The Pope Bypass #1-5 well located in Yolo County, California, approximately 50 miles southwest of Sacramento, was drilled to a depth of 7,800 feet and encountered approximately 70 feet of potential net gas pay in several intervals of the Winters formation. The Winters sands in this area are extremely porous and permeable, and exhibit excellent electric log characteristics. One 2 foot interval (top of a 6 foot sand) was perforated and tested at a stabilized rate of 2,161 MCFPD of natural gas with a flowing tubing pressure of 2,780 psig and a flowing casing pressure of 2,800 psig. The shut in pressures were approximately 2,810 psig, indicating a very high permeability reservoir with slight pressure drawdown during the flow period. Aspen has a 27.75% working interest in this well. Gas sales commenced on June 20th.
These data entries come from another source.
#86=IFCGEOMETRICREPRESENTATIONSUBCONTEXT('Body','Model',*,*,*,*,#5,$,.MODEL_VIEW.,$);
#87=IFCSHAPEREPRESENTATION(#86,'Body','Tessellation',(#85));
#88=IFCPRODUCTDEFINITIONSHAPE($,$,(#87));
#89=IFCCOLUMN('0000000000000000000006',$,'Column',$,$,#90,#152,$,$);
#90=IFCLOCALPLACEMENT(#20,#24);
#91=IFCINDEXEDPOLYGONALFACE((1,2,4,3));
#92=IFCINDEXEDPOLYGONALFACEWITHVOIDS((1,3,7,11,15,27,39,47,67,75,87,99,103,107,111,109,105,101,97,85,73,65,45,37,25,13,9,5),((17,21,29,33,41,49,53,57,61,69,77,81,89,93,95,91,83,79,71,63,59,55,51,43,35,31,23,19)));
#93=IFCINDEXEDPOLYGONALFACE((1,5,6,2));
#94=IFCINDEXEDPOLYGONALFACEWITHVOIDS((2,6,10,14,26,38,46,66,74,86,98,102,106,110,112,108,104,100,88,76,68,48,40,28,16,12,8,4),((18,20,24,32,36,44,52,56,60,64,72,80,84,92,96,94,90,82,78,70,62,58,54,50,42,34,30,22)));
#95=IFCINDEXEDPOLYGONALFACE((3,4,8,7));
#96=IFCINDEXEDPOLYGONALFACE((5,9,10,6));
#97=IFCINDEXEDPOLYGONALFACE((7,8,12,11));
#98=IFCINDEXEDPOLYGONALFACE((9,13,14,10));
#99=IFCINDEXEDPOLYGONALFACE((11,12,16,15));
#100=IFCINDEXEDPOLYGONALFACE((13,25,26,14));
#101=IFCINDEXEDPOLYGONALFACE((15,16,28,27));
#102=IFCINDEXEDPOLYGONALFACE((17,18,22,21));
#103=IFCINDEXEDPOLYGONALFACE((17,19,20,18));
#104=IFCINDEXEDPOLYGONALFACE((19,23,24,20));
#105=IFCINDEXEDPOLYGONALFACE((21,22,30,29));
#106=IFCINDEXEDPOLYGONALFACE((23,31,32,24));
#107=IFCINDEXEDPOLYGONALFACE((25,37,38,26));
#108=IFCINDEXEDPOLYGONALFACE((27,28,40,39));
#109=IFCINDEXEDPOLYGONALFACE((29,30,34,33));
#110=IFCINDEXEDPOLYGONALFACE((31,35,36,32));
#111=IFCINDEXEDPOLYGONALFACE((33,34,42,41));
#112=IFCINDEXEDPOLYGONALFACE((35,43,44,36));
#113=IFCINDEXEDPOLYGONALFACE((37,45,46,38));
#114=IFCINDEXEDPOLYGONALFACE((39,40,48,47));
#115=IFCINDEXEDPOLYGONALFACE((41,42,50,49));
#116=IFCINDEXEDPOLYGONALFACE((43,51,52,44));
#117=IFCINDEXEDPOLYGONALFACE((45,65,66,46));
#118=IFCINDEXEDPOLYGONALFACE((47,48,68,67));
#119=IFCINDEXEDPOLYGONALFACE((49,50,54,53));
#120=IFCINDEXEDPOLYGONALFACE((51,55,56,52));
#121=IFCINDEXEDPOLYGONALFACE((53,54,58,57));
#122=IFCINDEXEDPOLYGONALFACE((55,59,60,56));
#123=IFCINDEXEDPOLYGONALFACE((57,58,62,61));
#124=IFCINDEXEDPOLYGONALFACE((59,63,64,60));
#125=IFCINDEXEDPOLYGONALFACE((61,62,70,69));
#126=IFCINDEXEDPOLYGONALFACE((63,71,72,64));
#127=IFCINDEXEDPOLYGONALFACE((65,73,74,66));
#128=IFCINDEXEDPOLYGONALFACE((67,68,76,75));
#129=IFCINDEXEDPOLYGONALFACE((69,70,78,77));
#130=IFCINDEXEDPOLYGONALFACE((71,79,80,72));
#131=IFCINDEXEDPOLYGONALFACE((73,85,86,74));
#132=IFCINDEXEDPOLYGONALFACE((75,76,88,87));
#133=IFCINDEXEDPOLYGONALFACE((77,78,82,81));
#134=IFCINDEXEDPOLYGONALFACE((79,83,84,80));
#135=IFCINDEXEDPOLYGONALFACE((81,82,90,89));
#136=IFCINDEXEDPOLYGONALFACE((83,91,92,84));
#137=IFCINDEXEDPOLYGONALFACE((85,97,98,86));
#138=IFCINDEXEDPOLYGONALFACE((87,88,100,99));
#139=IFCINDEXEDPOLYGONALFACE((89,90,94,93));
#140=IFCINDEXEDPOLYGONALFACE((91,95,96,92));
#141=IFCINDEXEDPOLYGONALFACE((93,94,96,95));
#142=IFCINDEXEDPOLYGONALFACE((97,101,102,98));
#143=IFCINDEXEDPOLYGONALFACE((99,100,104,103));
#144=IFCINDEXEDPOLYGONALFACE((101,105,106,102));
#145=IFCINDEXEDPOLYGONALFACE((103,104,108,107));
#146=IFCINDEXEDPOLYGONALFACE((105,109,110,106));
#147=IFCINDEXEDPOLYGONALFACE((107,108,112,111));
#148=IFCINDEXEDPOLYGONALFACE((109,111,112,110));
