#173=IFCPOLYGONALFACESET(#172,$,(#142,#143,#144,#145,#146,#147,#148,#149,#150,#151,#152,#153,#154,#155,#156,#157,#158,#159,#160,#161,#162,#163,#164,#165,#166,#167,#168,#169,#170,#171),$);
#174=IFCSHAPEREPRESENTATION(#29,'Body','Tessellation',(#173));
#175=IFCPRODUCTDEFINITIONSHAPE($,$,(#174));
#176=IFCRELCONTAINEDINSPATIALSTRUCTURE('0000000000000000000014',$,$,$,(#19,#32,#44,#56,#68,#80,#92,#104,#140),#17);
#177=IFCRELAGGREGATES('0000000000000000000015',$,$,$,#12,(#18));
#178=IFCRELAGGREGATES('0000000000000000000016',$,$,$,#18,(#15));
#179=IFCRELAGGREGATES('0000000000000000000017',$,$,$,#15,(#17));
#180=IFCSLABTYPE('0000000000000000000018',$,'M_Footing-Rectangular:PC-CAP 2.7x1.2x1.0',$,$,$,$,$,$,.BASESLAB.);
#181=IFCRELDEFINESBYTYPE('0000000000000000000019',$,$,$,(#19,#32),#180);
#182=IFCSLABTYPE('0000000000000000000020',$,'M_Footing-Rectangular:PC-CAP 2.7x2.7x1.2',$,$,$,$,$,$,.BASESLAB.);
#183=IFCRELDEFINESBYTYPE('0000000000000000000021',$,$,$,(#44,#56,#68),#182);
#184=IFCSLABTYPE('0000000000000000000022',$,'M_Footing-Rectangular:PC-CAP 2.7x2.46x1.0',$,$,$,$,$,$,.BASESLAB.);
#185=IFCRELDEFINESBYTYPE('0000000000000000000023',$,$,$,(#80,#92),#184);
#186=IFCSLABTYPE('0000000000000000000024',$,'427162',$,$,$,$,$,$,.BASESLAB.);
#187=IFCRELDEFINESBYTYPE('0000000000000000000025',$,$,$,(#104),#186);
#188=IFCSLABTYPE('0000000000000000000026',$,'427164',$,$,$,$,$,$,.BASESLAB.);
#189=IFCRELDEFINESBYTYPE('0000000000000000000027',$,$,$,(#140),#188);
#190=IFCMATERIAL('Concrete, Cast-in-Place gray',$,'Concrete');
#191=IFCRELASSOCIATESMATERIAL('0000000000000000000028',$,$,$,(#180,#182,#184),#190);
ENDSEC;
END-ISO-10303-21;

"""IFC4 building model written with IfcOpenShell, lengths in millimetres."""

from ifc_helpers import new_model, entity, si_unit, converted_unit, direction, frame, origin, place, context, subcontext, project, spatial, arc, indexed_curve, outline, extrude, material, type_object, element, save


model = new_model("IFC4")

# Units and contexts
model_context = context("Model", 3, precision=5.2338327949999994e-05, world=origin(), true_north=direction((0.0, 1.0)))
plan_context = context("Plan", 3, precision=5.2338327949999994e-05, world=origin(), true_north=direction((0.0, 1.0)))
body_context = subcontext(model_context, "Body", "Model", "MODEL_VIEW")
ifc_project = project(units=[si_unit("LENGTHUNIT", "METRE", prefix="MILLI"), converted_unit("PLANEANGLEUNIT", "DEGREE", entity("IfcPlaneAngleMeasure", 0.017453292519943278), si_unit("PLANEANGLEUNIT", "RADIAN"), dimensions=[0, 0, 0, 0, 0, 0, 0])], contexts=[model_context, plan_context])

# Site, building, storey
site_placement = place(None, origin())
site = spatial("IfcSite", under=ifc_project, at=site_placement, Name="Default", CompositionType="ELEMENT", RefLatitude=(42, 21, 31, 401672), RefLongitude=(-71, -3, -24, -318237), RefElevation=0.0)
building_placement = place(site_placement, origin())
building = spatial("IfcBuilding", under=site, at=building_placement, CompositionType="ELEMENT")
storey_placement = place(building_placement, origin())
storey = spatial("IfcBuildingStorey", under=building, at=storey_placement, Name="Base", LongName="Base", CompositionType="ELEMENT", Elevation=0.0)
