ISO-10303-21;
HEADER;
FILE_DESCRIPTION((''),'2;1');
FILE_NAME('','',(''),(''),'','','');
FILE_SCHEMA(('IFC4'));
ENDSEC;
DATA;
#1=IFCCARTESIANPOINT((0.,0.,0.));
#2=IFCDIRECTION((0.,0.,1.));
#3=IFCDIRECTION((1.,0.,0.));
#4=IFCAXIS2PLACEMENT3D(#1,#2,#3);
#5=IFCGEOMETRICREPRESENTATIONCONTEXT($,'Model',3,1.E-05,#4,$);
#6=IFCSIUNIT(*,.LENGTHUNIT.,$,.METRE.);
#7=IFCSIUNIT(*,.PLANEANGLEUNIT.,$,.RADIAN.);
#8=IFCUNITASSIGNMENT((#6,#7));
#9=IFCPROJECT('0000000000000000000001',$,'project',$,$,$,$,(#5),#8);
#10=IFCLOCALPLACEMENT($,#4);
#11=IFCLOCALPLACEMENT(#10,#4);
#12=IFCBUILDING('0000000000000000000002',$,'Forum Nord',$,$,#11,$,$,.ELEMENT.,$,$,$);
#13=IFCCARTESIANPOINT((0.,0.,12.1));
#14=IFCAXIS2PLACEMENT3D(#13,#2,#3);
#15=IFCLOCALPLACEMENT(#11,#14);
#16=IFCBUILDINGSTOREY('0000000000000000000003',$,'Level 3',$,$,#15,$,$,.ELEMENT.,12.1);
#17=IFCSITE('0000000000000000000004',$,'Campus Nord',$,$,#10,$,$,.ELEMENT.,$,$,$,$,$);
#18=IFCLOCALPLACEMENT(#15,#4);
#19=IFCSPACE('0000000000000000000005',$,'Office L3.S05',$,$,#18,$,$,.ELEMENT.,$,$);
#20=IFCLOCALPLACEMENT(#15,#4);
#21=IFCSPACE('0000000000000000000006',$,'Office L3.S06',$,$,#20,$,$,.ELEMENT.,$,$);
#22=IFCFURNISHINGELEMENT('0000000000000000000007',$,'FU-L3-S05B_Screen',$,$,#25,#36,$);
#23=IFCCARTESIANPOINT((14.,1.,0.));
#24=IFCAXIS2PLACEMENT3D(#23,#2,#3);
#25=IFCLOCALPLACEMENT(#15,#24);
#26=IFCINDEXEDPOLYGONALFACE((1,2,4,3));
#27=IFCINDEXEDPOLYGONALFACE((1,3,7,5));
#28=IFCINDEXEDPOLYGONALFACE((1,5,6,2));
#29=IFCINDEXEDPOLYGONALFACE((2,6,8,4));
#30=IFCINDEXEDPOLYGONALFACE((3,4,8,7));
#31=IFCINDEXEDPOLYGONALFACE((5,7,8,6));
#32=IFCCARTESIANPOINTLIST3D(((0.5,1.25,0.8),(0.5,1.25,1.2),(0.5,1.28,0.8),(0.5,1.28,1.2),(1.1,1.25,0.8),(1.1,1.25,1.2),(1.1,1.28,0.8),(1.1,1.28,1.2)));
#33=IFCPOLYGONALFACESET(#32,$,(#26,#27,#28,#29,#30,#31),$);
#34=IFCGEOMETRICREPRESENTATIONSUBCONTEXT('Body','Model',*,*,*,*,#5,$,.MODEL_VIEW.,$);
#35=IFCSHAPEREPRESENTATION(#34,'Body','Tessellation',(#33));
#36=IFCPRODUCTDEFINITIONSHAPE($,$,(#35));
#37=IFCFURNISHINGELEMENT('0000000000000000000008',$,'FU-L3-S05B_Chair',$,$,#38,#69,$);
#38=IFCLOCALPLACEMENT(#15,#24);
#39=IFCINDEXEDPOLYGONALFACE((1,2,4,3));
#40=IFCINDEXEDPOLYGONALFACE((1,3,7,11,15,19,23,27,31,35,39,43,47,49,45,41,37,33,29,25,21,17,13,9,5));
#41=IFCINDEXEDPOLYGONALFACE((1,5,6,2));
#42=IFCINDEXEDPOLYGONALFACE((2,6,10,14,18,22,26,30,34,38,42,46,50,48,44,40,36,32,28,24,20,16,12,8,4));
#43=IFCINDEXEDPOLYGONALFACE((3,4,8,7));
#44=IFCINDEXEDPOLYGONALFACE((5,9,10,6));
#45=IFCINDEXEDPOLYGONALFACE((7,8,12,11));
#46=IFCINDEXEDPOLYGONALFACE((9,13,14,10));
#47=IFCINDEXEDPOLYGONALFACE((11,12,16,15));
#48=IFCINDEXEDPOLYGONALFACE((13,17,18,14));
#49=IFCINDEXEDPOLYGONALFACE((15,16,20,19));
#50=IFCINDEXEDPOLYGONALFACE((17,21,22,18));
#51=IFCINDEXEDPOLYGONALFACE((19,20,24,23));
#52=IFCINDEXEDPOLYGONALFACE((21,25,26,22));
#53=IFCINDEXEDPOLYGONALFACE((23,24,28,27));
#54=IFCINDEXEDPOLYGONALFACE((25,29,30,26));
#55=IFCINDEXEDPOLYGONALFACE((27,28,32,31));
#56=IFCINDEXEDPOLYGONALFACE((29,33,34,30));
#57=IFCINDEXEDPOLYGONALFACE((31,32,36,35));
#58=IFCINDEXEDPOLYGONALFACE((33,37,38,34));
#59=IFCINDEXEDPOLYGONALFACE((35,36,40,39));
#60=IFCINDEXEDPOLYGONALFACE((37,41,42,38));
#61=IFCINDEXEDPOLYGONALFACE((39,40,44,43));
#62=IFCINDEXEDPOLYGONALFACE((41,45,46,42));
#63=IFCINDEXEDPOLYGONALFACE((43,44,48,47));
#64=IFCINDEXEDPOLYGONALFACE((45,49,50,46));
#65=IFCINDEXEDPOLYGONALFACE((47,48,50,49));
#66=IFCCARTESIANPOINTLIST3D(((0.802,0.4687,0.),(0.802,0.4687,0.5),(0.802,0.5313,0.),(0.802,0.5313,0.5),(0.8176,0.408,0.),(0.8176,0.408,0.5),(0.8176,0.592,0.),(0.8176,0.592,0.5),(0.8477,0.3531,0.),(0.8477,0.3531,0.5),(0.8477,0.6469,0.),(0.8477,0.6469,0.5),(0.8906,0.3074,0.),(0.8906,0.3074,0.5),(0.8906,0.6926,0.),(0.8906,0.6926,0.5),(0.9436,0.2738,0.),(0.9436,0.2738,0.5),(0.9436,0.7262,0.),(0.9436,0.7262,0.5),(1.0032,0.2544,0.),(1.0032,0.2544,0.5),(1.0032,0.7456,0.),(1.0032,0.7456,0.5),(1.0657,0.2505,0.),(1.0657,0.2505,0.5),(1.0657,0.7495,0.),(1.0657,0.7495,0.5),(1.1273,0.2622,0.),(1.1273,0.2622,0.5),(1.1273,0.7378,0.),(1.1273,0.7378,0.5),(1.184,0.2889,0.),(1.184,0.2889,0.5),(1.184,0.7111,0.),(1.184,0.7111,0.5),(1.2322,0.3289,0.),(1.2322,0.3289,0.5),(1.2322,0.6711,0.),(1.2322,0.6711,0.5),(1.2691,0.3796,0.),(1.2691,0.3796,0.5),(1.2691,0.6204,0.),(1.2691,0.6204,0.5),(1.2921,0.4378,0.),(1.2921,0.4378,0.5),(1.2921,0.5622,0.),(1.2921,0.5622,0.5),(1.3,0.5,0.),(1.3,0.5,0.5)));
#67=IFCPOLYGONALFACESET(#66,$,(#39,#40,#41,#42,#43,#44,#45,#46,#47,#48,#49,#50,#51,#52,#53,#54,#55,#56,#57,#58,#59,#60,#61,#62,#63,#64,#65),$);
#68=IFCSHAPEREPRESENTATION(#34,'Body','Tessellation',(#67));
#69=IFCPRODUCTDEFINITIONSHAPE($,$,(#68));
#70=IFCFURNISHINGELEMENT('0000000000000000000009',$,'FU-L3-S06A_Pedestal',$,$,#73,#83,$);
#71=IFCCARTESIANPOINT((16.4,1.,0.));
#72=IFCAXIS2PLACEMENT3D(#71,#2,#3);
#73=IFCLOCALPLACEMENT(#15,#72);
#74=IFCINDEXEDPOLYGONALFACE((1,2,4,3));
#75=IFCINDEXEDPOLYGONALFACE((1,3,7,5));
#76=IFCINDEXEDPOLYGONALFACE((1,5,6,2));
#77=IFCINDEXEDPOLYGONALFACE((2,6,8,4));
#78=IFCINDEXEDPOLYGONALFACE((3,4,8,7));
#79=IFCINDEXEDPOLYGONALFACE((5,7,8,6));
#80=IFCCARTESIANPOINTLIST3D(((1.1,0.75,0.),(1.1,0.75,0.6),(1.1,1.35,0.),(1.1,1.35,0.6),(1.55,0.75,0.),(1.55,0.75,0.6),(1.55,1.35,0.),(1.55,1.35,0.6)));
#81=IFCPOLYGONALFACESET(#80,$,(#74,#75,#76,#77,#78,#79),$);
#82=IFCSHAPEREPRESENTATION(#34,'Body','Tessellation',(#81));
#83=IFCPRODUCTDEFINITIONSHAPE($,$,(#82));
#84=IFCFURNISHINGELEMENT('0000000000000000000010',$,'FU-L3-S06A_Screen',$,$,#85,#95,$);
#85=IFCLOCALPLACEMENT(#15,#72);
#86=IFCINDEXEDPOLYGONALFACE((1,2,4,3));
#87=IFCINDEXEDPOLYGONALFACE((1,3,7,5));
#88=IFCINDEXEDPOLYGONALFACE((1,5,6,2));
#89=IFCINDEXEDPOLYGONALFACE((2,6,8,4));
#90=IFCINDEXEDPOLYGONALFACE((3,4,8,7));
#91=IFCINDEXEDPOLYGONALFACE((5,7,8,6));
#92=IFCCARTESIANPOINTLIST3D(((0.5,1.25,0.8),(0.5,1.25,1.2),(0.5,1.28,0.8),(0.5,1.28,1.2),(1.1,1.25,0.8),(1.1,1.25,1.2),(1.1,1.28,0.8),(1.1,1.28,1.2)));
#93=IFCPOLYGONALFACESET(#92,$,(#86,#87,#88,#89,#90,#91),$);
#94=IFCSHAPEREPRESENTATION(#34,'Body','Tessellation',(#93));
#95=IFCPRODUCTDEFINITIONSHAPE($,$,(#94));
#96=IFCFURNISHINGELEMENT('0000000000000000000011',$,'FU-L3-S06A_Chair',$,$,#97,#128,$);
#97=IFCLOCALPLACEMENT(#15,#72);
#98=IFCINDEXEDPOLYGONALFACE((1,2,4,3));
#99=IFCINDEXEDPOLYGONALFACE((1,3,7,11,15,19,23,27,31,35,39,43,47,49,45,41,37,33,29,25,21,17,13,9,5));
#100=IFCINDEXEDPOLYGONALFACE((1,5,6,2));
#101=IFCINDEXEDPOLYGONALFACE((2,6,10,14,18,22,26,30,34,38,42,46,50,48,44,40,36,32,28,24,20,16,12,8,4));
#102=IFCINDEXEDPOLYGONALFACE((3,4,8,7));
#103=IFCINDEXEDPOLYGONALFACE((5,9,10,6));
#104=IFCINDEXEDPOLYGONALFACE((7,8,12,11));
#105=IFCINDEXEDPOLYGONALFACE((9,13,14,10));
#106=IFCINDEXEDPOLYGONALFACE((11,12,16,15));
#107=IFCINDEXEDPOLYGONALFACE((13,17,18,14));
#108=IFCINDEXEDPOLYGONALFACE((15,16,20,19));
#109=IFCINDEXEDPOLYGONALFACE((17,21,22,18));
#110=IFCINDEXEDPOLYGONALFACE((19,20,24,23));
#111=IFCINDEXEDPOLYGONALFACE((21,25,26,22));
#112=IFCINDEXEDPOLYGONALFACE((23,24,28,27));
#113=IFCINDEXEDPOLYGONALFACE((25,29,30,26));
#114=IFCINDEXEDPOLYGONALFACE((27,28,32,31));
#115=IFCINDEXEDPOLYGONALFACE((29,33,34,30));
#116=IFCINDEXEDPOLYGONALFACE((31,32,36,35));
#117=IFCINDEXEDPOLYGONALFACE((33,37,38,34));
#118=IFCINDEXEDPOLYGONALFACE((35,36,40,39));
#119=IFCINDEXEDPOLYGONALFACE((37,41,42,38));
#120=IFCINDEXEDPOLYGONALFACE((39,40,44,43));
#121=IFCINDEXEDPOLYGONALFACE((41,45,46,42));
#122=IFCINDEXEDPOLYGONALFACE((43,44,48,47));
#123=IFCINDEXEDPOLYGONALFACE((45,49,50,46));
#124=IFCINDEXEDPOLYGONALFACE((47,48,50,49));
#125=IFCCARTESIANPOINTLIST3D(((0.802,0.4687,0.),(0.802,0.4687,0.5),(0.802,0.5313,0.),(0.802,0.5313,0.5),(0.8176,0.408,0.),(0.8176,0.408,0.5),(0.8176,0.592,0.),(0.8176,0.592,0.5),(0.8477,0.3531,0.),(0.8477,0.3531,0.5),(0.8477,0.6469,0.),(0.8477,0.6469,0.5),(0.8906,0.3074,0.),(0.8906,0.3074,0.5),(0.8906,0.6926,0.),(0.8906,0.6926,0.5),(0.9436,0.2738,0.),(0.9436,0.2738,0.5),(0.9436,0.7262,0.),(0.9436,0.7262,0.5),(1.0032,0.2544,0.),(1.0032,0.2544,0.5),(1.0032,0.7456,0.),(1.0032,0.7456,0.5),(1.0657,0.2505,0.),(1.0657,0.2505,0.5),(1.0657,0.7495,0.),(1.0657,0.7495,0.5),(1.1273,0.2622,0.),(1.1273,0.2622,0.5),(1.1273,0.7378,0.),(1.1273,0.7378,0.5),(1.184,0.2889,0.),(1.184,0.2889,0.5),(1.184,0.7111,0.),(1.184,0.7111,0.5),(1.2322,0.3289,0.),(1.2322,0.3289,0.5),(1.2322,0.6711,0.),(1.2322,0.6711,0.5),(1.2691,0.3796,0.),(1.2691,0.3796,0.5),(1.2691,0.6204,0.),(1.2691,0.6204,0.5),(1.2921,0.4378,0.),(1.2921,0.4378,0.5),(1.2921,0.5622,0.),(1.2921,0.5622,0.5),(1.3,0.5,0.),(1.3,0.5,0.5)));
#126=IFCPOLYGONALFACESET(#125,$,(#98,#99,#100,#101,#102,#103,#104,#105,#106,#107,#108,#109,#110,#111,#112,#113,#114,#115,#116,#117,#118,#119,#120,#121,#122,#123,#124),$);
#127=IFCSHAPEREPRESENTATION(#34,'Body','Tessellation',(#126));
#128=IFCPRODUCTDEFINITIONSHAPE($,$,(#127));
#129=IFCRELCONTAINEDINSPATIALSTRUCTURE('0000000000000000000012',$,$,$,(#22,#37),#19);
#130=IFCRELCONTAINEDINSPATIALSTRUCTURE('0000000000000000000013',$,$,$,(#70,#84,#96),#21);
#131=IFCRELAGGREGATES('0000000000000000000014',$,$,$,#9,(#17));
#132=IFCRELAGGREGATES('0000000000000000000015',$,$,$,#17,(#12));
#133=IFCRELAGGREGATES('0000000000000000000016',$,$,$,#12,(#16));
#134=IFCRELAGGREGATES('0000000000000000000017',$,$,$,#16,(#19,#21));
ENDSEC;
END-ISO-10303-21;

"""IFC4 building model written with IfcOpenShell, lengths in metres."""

from ifc_helpers import new_model, si_unit, frame, frame_2d, origin_with_axes, place, context, subcontext, project, spatial, rectangle, circle, extrude, element, save


model = new_model("IFC4")

# Units and contexts
model_context = context("Model", 3, precision=1e-05, world=origin_with_axes())
body_context = subcontext(model_context, "Body", "Model", "MODEL_VIEW")
ifc_project = project(units=[si_unit("LENGTHUNIT", "METRE"), si_unit("PLANEANGLEUNIT", "RADIAN")], contexts=[model_context])

# Site, building, storey
site_placement = place(None, origin_with_axes())
site = spatial("IfcSite", under=ifc_project, at=site_placement, Name="Campus Nord", CompositionType="ELEMENT")
building_placement = place(site_placement, origin_with_axes())
building = spatial("IfcBuilding", under=site, at=building_placement, Name="Forum Nord", CompositionType="ELEMENT")
storey_placement = place(building_placement, frame((0.0, 0.0, 12.1), z_axis=(0.0, 0.0, 1.0), x_axis=(1.0, 0.0, 0.0)))
storey = spatial("IfcBuildingStorey", under=building, at=storey_placement, Name="Level 3", CompositionType="ELEMENT", Elevation=12.1)

# Shared definitions
space_1_placement = place(storey_placement, origin_with_axes())
space_1 = spatial("IfcSpace", under=storey, at=space_1_placement, Name="Office L3.S05", CompositionType="ELEMENT")

# Furnishing elements
furnishing_1_placement = place(storey_placement, frame((14.0, 1.0, 0.0), z_axis=(0.0, 0.0, 1.0), x_axis=(1.0, 0.0, 0.0)))
element("IfcFurnishingElement", 1, at=furnishing_1_placement, inside=space_1, Name="FU-L3-S05B_Screen", context=body_context, shape_type="SweptSolid", body=[
    extrude(rectangle(XDim=0.6, YDim=0.03, at=frame_2d((0.8, 1.265), x_axis=(1.0, 0.0))), frame((0.0, 0.0, 0.8), z_axis=(0.0, 0.0, 1.0), x_axis=(1.0, 0.0, 0.0)), (0.0, 0.0, 1.0), 0.4),
])
furnishing_2_placement = place(storey_placement, frame((14.0, 1.0, 0.0), z_axis=(0.0, 0.0, 1.0), x_axis=(1.0, 0.0, 0.0)))
element("IfcFurnishingElement", 2, at=furnishing_2_placement, inside=space_1, Name="FU-L3-S05B_Chair", context=body_context, shape_type="SweptSolid", body=[
    extrude(circle(Radius=0.25, at=frame_2d((1.05, 0.5), x_axis=(1.0, 0.0))), origin_with_axes(), (0.0, 0.0, 1.0), 0.5),
])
Aspen drilled three wells on its 2,700 acre Sour Grass prospect located in Tehama County, California. Two of these wells were completed and each tested at approximately 1,000 MCFPD of natural gas. The third well had a small amount of gas pay and was plugged and abandoned. The first well completed commenced gas sales on June 10th and the second well should go on line in July. Aspen has now drilled 4 gas wells out of 5 attempts on this prospect and has additional locations to drill. Aspen has a 23.33% working interest in this project.
Aspen and partners have recently completed a 12½ square mile 3-D seismic survey over leased acreage in Sutter County, California. This data is currently being processed and will be interpreted over the next few months. It is hopeful that analysis of the data will yield several exciting shallow gas targets (2,500 feet) which will be drilled commencing in the late fall of 2003. Aspen is striving to continue the drilling success it has experienced during the last 2½ years; 12 gas wells out of 13 attempts.
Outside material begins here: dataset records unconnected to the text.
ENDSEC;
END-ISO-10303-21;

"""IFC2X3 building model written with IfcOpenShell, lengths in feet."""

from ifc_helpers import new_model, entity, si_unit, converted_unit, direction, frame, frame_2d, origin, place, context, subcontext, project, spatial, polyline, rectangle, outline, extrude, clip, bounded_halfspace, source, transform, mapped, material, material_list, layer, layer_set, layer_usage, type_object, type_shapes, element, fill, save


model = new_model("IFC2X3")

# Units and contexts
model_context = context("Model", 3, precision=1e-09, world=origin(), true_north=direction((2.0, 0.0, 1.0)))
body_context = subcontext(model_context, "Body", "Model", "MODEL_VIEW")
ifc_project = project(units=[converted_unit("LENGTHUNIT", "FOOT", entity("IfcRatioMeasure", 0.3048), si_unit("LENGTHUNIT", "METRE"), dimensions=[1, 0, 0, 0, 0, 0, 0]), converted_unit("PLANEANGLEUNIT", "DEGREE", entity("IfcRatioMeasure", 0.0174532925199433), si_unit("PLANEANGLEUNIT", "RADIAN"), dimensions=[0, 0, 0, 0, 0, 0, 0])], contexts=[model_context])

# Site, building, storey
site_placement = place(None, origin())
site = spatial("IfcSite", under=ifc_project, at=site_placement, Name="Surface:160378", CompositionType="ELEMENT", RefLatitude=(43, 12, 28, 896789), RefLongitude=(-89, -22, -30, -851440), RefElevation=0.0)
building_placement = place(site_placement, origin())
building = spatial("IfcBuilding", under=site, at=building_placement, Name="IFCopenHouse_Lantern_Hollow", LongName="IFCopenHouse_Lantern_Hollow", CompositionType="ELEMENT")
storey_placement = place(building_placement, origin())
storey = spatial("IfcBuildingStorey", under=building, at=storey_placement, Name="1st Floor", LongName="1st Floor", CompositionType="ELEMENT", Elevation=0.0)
The current spot price for high BTU gas in California is approximately $5.50 per MCF and forecasts by industry analysts are for continued relatively high prices. Aspen's gas sales are not hedged. Aspen is now the operator of 34 gas wells, in addition to owning non-operating interests in an additional 16 gas wells.
Aspen's increased cash flow coupled with the present inventory of prime drilling acreage provides a sound basis for Aspen's continued growth as a profitable and successful energy producer. Future news releases will keep shareholders informed of Aspen's continuing progress and drilling activity.